AMY GOODMAN: Nikki Haley’s speech did not go over well in all Republican circles. Ann Coulter took to Twitter and wrote, quote, "Trump should deport Nikki Haley." Medea Benjamin, as we begin to wrap up, the figures are very interesting now, a new poll showing Democratic presidential candidate Bernie Sanders leading by five points over rival Hillary Clinton in Iowa, just weeks before the Iowa caucuses. The survey from Quinnipiac found 49 to 44 percent for Sanders. Meanwhile, the New York Times/CBS poll shows that Clinton’s lead over Sanders nationally has virtually disappeared. He’s particularly appealing to young people. Can you talk about the issues that are being raised now and how 2016, from Republicans to Democrats, this election is breaking down your typical divisions?

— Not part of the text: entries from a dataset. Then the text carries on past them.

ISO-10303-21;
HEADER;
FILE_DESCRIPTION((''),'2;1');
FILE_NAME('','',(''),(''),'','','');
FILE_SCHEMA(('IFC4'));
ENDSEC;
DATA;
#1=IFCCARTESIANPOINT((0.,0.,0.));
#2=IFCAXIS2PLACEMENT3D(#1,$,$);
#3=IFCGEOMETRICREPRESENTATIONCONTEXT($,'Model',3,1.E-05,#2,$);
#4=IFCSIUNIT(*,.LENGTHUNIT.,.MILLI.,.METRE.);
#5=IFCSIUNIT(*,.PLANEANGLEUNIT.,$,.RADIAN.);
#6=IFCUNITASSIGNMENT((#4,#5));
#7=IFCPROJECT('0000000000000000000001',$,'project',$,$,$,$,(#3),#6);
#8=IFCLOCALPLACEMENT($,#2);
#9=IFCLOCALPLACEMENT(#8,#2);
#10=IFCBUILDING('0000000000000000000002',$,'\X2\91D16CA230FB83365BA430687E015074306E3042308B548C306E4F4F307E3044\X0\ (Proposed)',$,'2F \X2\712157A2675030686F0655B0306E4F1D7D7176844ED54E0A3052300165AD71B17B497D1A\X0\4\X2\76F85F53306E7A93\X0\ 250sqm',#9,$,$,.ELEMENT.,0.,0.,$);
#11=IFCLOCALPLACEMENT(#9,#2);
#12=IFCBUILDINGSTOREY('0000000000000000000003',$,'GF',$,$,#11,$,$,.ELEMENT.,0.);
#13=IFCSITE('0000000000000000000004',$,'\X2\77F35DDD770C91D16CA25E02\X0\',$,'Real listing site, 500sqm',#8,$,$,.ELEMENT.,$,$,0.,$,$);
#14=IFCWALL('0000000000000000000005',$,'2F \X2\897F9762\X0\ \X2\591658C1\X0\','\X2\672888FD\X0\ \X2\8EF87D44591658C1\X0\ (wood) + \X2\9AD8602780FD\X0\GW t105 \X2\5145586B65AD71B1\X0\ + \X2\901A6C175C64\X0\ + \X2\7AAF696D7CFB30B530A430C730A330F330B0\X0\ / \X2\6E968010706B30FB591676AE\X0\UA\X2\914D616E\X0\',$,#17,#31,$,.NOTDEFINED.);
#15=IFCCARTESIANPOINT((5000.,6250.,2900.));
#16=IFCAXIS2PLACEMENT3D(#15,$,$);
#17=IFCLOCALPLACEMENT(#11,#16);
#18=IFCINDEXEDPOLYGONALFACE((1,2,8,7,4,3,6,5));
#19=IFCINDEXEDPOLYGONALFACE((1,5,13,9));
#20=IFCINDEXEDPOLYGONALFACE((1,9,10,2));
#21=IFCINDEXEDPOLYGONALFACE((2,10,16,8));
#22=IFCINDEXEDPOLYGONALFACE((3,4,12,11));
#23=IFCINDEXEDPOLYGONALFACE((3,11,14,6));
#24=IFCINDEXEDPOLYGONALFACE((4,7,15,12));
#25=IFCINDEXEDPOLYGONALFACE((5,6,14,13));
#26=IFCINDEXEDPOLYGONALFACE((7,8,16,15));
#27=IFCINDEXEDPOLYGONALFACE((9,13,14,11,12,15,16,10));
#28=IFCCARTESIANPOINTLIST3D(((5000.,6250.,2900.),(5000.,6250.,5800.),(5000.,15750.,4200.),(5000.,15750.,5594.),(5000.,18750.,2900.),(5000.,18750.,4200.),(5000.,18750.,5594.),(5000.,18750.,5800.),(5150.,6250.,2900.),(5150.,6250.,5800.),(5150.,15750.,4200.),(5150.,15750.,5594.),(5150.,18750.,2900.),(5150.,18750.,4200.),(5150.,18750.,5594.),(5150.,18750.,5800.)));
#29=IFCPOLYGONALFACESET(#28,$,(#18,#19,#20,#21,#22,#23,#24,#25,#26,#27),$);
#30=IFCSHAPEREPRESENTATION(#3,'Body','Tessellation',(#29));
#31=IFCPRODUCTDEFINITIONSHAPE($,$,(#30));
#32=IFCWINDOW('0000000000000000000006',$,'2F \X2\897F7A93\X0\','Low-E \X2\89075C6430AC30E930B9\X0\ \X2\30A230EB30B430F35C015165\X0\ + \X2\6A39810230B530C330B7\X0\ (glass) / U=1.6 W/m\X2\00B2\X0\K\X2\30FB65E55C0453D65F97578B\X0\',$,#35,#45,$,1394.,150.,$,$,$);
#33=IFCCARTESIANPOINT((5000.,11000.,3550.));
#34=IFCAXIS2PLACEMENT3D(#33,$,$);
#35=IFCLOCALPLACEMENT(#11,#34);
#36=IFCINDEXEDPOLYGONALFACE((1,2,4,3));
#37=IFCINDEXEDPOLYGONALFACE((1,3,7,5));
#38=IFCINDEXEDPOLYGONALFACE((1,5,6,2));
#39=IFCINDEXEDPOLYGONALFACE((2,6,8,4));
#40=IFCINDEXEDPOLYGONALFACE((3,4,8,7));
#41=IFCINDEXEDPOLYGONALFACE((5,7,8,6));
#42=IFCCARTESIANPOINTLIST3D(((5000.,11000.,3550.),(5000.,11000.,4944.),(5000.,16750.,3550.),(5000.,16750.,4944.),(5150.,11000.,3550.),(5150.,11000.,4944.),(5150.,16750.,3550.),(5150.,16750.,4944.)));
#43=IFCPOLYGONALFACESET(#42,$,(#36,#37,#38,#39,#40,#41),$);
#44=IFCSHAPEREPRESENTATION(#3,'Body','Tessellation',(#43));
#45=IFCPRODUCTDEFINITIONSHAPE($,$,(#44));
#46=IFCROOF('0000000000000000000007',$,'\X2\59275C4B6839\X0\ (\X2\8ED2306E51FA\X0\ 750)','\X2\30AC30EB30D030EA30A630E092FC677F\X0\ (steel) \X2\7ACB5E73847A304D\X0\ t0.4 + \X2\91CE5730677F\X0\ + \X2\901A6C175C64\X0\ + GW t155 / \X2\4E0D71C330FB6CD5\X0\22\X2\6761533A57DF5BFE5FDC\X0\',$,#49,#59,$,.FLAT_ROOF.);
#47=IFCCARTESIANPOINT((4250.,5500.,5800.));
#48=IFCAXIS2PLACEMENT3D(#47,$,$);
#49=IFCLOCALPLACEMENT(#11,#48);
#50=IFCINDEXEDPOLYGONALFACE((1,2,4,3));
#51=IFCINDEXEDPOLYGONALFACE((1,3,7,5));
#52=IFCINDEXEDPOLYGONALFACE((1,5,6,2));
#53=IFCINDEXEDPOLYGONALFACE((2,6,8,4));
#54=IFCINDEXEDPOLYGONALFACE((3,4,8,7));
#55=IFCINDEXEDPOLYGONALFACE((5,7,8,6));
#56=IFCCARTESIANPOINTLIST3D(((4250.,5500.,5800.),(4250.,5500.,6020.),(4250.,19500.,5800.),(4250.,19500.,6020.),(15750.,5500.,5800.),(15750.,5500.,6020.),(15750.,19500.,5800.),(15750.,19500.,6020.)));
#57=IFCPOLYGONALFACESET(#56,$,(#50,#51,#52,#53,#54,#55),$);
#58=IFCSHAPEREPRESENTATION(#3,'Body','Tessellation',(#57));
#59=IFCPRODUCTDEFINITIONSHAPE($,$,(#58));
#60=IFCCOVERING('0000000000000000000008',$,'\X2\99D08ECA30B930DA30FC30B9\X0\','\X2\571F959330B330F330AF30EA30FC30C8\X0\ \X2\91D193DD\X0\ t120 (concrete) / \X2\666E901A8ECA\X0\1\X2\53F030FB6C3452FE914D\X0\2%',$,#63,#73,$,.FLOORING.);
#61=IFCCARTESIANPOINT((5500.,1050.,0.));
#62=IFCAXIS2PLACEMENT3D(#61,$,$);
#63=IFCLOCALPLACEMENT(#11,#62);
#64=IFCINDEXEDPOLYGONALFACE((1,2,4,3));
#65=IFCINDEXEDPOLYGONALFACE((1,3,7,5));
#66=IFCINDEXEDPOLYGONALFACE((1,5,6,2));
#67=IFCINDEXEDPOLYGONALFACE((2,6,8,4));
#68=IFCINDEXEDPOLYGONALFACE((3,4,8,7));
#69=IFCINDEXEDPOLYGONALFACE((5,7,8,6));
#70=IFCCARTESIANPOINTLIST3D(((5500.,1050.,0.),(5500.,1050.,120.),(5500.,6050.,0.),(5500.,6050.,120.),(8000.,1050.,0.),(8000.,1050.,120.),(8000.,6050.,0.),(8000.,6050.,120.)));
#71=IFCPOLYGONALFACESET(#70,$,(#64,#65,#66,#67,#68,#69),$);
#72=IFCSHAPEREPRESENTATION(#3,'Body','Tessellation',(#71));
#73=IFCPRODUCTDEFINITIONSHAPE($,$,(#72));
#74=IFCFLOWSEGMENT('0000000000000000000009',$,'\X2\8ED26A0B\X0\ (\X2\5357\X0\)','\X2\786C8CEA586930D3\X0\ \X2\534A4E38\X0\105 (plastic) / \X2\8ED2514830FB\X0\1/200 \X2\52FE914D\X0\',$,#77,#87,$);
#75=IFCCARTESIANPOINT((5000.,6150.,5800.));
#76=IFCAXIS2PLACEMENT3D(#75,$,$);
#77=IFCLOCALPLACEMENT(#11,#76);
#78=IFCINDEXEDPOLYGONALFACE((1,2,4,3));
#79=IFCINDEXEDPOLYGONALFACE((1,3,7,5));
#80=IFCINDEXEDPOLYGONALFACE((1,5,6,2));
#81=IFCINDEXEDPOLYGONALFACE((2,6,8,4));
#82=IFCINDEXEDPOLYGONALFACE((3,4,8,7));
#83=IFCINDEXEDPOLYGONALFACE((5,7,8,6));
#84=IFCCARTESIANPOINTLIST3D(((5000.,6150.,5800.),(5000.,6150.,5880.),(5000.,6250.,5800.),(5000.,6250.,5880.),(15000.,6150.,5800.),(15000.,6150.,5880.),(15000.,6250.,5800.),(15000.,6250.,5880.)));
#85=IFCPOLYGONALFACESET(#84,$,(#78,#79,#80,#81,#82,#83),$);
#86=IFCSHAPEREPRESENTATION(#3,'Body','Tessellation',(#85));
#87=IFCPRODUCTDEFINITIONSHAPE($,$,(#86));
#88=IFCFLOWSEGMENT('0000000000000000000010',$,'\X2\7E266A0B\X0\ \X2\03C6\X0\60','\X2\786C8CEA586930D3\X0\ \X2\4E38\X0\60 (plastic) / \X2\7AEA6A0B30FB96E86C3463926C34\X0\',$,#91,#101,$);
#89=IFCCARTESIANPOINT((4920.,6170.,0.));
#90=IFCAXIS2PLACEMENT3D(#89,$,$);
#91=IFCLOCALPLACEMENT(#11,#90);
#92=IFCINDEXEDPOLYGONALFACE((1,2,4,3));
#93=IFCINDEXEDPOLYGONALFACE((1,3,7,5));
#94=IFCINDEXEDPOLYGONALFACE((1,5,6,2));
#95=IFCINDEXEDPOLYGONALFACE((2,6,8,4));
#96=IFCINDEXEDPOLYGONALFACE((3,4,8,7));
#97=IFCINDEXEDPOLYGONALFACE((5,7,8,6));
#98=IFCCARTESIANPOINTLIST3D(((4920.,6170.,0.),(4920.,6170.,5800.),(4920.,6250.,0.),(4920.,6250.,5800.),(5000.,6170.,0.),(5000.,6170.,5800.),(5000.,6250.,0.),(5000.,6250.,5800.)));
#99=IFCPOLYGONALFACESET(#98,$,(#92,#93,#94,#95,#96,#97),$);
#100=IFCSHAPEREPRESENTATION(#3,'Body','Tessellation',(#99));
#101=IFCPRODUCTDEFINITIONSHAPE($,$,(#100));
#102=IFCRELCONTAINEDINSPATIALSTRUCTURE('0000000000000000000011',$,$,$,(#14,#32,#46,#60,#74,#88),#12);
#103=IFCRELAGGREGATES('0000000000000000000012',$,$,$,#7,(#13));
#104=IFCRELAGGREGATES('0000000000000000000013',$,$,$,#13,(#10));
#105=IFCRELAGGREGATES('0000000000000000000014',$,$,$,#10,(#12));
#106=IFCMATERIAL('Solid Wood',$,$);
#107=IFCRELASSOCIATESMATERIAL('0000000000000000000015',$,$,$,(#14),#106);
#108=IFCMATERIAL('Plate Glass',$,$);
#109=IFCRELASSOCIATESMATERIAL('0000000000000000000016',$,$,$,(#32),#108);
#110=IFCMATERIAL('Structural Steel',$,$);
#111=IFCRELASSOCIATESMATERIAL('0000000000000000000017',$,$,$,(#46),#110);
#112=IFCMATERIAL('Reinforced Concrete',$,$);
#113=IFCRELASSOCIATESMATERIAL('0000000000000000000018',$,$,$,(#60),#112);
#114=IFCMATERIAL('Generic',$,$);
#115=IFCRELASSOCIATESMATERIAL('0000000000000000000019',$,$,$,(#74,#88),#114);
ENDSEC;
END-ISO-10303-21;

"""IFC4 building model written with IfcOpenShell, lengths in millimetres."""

from ifc_helpers import new_model, si_unit, frame, frame_2d, origin, place, context, project, spatial, rectangle, extrude, material, element, fill, save


model = new_model("IFC4")

# Units and contexts
model_context = context("Model", 3, precision=1e-05, world=origin())
ifc_project = project(units=[si_unit("LENGTHUNIT", "METRE", prefix="MILLI"), si_unit("PLANEANGLEUNIT", "RADIAN")], contexts=[model_context])

# Site, building, storey
site_placement = place(None, origin())
site = spatial("IfcSite", under=ifc_project, at=site_placement, Name="石川県金沢市", ObjectType="Real listing site, 500sqm", CompositionType="ELEMENT", RefElevation=0.0)
building_placement = place(site_placement, origin())
building = spatial("IfcBuilding", under=site, at=building_placement, Name="金沢・茶室と縁側のある和の住まい (Proposed)", ObjectType="2F 無垢材と漆喰の伝統的仕上げ、断熱等級4相当の窓 250sqm", CompositionType="ELEMENT", ElevationOfRefHeight=0.0, ElevationOfTerrain=0.0)
storey_placement = place(building_placement, origin())
storey = spatial("IfcBuildingStorey", under=building, at=storey_placement, Name="GF", CompositionType="ELEMENT", Elevation=0.0)

# Shared definitions
ifc_material_1 = material(Name="Solid Wood")

# Shared definitions
ifc_material_2 = material(Name="Reinforced Concrete")

# Shared definitions
ifc_material_3 = material(Name="Plate Glass")

# Wall, opening, window
wall_1_placement = place(storey_placement, frame((5000.0, 6250.0, 2900.0)))
wall_1 = element("IfcWall", 1, at=wall_1_placement, inside=storey, material=ifc_material_1, Name="2F 西面 外壁", Description="木製 軸組外壁 (wood) + 高性能GW t105 充填断熱 + 通気層 + 窯業系サイディング / 準耐火・外皮UA配慮", PredefinedType="NOTDEFINED", context=model_context, shape_type="SweptSolid", body=[
    extrude(rectangle(XDim=150.0, YDim=12500.0, at=frame_2d((75.0, 6250.0))), frame((5000.0, 6250.0, 2900.0)), (0.0, 0.0, 1.0), 2900.0),
])
opening_1_placement = place(storey_placement, frame((5000.0, 11000.0, 3550.0)))
opening_1 = element("IfcOpeningElement", 2, at=opening_1_placement, cuts=wall_1, PredefinedType="NOTDEFINED", context=model_context, shape_type="SweptSolid", body=[
    extrude(rectangle(XDim=150.0, YDim=5750.0, at=frame_2d((75.0, 2875.0))), frame((5000.0, 11000.0, 3550.0)), (0.0, 0.0, 1.0), 1394.0),
])
window_1_placement = place(storey_placement, frame((5000.0, 11000.0, 3550.0)))
window_1 = element("IfcWindow", 3, at=window_1_placement, inside=storey, material=ifc_material_3, Name="2F 西窓", Description="Low-E 複層ガラス アルゴン封入 + 樹脂サッシ (glass) / U=1.6 W/m²K・日射取得型", OverallHeight=1394.0, OverallWidth=150.0, context=model_context, shape_type="SweptSolid", body=[
    extrude(rectangle(XDim=150.0, YDim=5750.0, at=frame_2d((75.0, 2875.0))), frame((5000.0, 11000.0, 3550.0)), (0.0, 0.0, 1.0), 1394.0),
])
fill(opening_1, window_1)

# Roof
ifc_material_4 = material(Name="Structural Steel")
roof_placement = place(storey_placement, frame((4250.0, 5500.0, 5800.0)))
element("IfcRoof", 4, at=roof_placement, inside=storey, material=ifc_material_4, Name="大屋根 (軒の出 750)", Description="ガルバリウム鋼板 (steel) 立平葺き t0.4 + 野地板 + 通気層 + GW t155 / 不燃・法22条区域対応", PredefinedType="FLAT_ROOF", context=model_context, shape_type="SweptSolid", body=[
    extrude(rectangle(XDim=11500.0, YDim=14000.0, at=frame_2d((5750.0, 7000.0))), frame((4250.0, 5500.0, 5800.0)), (0.0, 0.0, 1.0), 220.0),
])

# Covering
covering_placement = place(storey_placement, frame((5500.0, 1050.0, 0.0)))
element("IfcCovering", 5, at=covering_placement, inside=storey, material=ifc_material_2, Name="駐車スペース", Description="土間コンクリート 金鏝 t120 (concrete) / 普通車1台・水勾配2%", PredefinedType="FLOORING", context=model_context, shape_type="SweptSolid", body=[
    extrude(rectangle(XDim=2500.0, YDim=5000.0, at=frame_2d((1250.0, 2500.0))), frame((5500.0, 1050.0, 0.0)), (0.0, 0.0, 1.0), 120.0),
])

MEDEA BENJAMIN: Well, yes, but, Amy, I want to say that I think it’s important we learn the lessons from this Obama time that whether it’s a Trump that comes to office or the war-like Hillary Clinton, or even Bernie Sanders, for that matter, we need the grassroots to be stronger. The Black Lives Matter movement has been fantastic, environmental movement, immigrant rights. But the antiwar movement has really lost its steam during these years in Obama. And if we’re going to ever shift the money from the military to support expanded Social Security, addressing the environmental crisis, we’re going to have to rebuild that movement. And that’s the appeal I want to make in this last moments that I have on your show.

AMY GOODMAN: And, Tavis Smiley, that issue of Trump and Sanders’ equivalency on either sides of the spectrum?

TAVIS SMILEY: I took that on Sunday and been doing it on this tour all week long, as well. I mean, they are appealing to a particular group of people, but not for the same reasons, and I’m tired of the media and pundits lumping them together. And finally, on Donald Trump, as you know, there have been robocalls on his behalf by a white supremacist group now. Donald Trump immediately got on Twitter to take me on, but unless something happened since I’ve been on your set this morning, he still hasn’t gotten around yet to denouncing this white supremacist group now doing robocalls on his behalf. This is what I mean when I say the media aren’t asking the right questions of Donald Trump.

AMY GOODMAN: And as far as I know, Donald Trump has not apologized to the Muslim activist in Rock Hill, South Carolina, who quietly stood up with a T-shirt that said "Salam, I come in peace" and was taken out by security, along with a Jewish immigration lawyer, activist, who, too, like her, was wearing a yellow star, going back to World War II, the Jews that were identified by the Nazis.